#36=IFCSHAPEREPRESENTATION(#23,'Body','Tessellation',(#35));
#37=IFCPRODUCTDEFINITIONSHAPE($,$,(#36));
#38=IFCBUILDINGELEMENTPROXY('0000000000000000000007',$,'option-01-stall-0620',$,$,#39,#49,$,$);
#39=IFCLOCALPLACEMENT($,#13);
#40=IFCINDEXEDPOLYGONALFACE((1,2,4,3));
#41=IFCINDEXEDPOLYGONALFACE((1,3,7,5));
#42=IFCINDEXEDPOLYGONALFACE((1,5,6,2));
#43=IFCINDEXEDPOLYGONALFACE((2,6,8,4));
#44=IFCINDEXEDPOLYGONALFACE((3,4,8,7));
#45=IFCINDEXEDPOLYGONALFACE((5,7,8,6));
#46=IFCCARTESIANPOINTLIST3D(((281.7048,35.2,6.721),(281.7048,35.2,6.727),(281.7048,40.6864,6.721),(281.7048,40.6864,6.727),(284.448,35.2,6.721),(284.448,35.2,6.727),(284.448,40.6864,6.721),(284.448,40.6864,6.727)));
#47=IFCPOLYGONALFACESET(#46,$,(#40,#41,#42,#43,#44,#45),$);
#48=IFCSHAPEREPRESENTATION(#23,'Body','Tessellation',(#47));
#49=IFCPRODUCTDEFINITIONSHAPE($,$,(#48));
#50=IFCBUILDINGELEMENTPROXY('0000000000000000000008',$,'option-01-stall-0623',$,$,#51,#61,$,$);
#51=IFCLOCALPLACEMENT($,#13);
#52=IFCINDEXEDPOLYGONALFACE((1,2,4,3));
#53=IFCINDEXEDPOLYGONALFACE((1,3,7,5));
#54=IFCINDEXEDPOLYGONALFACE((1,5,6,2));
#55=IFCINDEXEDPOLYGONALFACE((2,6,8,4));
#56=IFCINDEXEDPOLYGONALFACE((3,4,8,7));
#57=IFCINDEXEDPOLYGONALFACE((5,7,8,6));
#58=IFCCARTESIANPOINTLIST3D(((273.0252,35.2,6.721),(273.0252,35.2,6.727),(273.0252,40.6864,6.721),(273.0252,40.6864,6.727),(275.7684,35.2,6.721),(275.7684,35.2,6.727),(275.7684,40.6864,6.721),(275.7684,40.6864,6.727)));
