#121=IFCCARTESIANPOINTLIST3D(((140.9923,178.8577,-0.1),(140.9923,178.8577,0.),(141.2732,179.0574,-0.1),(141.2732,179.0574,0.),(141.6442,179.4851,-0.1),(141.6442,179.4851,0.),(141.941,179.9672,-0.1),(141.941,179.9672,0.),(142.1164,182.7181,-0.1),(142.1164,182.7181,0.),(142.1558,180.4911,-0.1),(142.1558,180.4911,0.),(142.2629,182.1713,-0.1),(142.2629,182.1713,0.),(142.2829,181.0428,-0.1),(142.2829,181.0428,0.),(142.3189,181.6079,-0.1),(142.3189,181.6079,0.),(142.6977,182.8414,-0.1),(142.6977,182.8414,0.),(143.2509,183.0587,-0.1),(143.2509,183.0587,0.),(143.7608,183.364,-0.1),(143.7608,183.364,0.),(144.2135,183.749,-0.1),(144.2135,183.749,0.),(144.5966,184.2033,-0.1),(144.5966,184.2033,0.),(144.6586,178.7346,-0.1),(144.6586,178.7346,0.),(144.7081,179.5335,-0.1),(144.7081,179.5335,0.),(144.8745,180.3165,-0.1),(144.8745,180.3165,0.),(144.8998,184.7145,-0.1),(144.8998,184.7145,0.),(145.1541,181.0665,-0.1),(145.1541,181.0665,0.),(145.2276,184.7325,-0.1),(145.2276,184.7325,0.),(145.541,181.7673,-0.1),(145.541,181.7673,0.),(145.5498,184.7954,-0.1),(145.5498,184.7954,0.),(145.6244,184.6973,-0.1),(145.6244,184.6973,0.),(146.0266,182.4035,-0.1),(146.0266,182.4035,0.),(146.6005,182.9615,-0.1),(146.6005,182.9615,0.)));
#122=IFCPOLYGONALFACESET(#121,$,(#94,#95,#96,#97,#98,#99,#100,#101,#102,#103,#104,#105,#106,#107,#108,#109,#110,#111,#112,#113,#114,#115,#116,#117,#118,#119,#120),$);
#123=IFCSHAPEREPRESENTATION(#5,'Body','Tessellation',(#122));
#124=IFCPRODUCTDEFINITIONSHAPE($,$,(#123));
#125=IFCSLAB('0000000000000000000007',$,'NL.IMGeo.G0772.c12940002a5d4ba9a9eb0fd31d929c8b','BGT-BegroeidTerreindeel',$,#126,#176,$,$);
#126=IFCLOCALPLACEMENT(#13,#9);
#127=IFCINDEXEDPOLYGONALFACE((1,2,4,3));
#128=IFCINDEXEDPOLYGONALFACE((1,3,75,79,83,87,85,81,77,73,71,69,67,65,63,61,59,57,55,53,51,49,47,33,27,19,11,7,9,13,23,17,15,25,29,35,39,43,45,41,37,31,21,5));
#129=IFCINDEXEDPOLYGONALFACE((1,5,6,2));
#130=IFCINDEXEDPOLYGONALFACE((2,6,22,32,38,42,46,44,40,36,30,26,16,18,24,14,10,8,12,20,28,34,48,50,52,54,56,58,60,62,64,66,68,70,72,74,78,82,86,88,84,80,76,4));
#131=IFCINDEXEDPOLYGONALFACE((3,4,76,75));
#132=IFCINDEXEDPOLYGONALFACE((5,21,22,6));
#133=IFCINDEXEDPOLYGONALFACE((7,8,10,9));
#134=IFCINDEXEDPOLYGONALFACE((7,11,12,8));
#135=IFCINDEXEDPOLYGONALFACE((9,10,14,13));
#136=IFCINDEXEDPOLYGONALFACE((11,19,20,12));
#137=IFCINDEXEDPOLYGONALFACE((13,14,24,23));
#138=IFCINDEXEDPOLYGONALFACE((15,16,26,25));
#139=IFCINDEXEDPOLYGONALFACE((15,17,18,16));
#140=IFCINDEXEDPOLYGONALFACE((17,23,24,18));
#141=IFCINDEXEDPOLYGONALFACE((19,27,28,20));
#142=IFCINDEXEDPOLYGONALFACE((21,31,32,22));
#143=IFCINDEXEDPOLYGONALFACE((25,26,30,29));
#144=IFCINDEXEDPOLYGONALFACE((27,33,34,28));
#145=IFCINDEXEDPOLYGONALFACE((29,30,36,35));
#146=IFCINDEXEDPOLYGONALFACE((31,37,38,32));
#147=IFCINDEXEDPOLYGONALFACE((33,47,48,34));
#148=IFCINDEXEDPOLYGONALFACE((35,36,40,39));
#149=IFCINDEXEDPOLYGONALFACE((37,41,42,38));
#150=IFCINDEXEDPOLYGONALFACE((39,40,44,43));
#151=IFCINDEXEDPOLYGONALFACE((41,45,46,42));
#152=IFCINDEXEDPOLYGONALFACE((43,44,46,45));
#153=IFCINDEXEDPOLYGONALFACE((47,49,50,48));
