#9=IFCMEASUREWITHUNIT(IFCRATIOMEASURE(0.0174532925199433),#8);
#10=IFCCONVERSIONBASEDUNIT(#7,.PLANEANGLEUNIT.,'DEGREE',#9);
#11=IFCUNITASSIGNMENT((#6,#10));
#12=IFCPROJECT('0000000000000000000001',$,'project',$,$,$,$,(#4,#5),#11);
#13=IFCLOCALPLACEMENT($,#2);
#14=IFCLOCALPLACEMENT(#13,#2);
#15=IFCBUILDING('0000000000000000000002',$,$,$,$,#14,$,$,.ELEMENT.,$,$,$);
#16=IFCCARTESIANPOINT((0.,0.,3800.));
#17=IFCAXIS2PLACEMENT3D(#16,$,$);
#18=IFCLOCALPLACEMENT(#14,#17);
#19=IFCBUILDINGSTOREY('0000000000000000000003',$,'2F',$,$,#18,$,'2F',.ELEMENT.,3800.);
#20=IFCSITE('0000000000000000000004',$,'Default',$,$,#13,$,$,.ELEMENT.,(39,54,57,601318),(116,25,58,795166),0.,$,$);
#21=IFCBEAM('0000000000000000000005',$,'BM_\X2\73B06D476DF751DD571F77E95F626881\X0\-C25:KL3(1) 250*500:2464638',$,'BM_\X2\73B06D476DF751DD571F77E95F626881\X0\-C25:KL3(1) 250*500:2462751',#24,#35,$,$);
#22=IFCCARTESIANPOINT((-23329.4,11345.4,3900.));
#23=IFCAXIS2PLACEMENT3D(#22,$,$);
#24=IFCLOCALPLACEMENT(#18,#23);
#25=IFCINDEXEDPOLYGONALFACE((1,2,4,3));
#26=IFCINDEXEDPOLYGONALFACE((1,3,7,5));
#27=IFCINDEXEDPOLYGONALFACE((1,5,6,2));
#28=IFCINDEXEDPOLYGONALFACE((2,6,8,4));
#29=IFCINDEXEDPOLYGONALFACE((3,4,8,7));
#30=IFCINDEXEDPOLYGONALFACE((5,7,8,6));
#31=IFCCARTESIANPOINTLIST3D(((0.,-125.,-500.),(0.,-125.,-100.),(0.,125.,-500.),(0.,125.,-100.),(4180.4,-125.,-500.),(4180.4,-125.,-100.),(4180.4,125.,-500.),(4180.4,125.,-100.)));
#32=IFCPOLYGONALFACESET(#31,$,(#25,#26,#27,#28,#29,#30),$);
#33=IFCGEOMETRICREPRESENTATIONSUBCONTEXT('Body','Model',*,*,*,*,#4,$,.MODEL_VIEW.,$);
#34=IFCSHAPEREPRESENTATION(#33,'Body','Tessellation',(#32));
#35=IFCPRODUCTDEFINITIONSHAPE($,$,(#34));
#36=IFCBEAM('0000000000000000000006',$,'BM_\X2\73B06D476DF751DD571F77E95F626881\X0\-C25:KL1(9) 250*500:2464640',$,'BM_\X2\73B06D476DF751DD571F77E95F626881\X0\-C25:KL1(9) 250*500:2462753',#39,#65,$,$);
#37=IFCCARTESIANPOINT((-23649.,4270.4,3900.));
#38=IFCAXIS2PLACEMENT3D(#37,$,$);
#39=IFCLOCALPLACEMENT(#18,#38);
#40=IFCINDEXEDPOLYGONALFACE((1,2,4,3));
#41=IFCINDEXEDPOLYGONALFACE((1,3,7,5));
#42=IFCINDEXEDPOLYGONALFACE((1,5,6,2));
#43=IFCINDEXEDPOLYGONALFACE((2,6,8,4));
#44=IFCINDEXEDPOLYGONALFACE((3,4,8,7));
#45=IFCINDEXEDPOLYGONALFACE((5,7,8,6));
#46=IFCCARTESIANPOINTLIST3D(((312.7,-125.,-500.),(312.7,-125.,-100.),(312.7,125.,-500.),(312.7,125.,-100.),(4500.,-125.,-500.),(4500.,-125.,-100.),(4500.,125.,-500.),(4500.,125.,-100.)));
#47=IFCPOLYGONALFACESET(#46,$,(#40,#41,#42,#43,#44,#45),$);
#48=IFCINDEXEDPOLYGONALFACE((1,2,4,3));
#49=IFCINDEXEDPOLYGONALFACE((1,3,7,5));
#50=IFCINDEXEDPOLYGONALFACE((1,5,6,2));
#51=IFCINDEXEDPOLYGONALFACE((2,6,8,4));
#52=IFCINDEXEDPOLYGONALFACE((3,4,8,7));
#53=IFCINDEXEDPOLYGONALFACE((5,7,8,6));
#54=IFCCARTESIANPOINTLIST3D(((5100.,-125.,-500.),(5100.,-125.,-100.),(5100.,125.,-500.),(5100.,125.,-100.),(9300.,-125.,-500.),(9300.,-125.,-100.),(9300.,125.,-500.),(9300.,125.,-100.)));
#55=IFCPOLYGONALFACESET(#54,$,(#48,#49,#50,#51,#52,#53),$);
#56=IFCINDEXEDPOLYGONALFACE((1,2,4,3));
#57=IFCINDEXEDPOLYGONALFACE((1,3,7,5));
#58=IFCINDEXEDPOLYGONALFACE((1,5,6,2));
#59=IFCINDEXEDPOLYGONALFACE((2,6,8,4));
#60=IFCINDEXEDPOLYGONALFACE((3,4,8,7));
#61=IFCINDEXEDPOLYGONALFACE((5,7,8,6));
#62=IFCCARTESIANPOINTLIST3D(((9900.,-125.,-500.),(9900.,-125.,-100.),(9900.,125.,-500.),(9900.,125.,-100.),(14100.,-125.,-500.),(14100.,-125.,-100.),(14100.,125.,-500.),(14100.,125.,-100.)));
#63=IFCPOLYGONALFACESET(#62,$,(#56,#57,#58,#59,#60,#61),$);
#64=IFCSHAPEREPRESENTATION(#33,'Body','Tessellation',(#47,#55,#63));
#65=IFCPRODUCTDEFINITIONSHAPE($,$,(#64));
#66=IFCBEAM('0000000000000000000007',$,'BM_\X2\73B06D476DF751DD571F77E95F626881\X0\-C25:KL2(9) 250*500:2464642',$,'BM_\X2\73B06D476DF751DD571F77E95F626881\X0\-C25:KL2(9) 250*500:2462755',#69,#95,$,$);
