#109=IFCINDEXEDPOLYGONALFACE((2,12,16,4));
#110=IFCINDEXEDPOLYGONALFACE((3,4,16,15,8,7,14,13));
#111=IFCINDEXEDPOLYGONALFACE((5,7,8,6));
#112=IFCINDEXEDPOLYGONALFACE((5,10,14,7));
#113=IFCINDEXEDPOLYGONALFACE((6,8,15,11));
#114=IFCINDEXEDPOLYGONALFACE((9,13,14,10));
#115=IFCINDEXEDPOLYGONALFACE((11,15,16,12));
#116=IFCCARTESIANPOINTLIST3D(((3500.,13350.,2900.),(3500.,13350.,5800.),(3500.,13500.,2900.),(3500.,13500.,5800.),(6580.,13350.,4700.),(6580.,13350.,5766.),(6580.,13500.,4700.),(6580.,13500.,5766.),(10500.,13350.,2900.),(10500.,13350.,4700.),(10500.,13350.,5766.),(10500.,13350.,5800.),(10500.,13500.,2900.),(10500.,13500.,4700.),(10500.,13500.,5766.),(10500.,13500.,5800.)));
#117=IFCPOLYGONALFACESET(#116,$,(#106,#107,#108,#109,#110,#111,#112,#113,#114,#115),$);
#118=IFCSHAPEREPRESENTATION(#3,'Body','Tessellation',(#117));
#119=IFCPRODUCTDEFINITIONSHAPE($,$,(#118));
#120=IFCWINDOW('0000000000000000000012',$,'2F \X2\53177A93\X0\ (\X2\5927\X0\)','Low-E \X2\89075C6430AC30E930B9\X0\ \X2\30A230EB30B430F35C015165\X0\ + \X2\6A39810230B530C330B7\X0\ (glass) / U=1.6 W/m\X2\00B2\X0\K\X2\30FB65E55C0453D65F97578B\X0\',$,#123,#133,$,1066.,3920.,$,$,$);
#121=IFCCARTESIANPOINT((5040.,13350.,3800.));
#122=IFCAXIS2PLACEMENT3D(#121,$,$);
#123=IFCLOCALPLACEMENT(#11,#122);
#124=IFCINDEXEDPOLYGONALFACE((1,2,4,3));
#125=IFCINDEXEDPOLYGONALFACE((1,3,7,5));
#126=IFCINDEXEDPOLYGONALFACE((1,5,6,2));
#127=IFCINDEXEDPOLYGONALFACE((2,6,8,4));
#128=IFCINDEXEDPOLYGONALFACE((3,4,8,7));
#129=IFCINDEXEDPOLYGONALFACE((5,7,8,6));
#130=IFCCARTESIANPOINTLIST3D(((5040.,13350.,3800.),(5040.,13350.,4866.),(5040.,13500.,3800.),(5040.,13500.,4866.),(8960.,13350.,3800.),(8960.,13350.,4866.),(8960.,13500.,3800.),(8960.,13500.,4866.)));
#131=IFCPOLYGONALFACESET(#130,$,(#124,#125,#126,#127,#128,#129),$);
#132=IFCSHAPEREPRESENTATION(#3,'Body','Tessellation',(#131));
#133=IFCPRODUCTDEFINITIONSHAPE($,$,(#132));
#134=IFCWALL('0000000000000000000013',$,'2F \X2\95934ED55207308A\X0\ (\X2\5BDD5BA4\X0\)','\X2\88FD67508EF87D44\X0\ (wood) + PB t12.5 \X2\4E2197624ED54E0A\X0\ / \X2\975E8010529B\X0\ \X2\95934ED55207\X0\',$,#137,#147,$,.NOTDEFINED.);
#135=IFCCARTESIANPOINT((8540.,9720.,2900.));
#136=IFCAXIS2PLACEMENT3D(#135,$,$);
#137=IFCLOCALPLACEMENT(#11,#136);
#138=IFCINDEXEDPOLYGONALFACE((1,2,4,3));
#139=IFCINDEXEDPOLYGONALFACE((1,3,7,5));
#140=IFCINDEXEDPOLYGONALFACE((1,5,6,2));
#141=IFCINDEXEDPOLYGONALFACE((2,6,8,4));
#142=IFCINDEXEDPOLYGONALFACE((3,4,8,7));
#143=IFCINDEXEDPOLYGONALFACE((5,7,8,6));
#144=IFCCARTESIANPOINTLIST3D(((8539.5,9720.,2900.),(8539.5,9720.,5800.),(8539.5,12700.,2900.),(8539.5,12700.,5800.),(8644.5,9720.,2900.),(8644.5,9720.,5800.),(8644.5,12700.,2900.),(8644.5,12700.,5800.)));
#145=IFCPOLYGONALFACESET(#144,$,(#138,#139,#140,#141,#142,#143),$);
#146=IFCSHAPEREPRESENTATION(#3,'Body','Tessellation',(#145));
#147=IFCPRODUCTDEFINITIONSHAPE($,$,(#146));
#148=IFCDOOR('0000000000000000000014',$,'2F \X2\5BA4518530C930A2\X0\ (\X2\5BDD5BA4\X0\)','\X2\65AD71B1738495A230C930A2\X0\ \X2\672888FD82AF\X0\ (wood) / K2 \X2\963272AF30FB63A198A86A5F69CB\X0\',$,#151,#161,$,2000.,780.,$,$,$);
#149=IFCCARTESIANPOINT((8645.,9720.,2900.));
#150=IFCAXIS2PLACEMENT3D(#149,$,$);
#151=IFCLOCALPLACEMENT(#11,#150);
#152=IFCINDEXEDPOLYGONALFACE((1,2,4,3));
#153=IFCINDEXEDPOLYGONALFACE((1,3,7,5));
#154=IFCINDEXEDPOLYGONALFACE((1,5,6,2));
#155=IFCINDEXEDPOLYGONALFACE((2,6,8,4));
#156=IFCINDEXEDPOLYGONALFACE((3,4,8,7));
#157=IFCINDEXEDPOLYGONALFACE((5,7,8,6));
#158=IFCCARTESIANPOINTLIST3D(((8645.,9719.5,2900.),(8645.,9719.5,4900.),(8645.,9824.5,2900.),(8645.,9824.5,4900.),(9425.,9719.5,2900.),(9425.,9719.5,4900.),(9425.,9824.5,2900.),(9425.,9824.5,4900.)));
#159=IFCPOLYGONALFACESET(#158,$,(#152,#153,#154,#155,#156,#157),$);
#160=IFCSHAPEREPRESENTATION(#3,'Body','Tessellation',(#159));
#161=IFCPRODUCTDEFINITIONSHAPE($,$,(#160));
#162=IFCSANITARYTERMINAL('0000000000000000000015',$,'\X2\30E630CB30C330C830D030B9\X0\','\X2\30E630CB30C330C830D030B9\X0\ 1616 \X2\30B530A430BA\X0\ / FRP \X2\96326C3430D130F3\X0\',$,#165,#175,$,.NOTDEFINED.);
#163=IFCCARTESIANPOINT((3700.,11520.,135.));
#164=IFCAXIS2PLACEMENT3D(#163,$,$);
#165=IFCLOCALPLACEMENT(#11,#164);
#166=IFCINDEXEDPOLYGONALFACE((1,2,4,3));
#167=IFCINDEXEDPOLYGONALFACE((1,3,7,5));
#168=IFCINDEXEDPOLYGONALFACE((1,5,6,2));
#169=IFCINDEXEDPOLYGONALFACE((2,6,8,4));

> **TASK GOAL**: This task asks for the number of lines above that include the string "IFCBEAM". Respond with that number only.

> **RESPONSE TO THE EXERCISE**: 3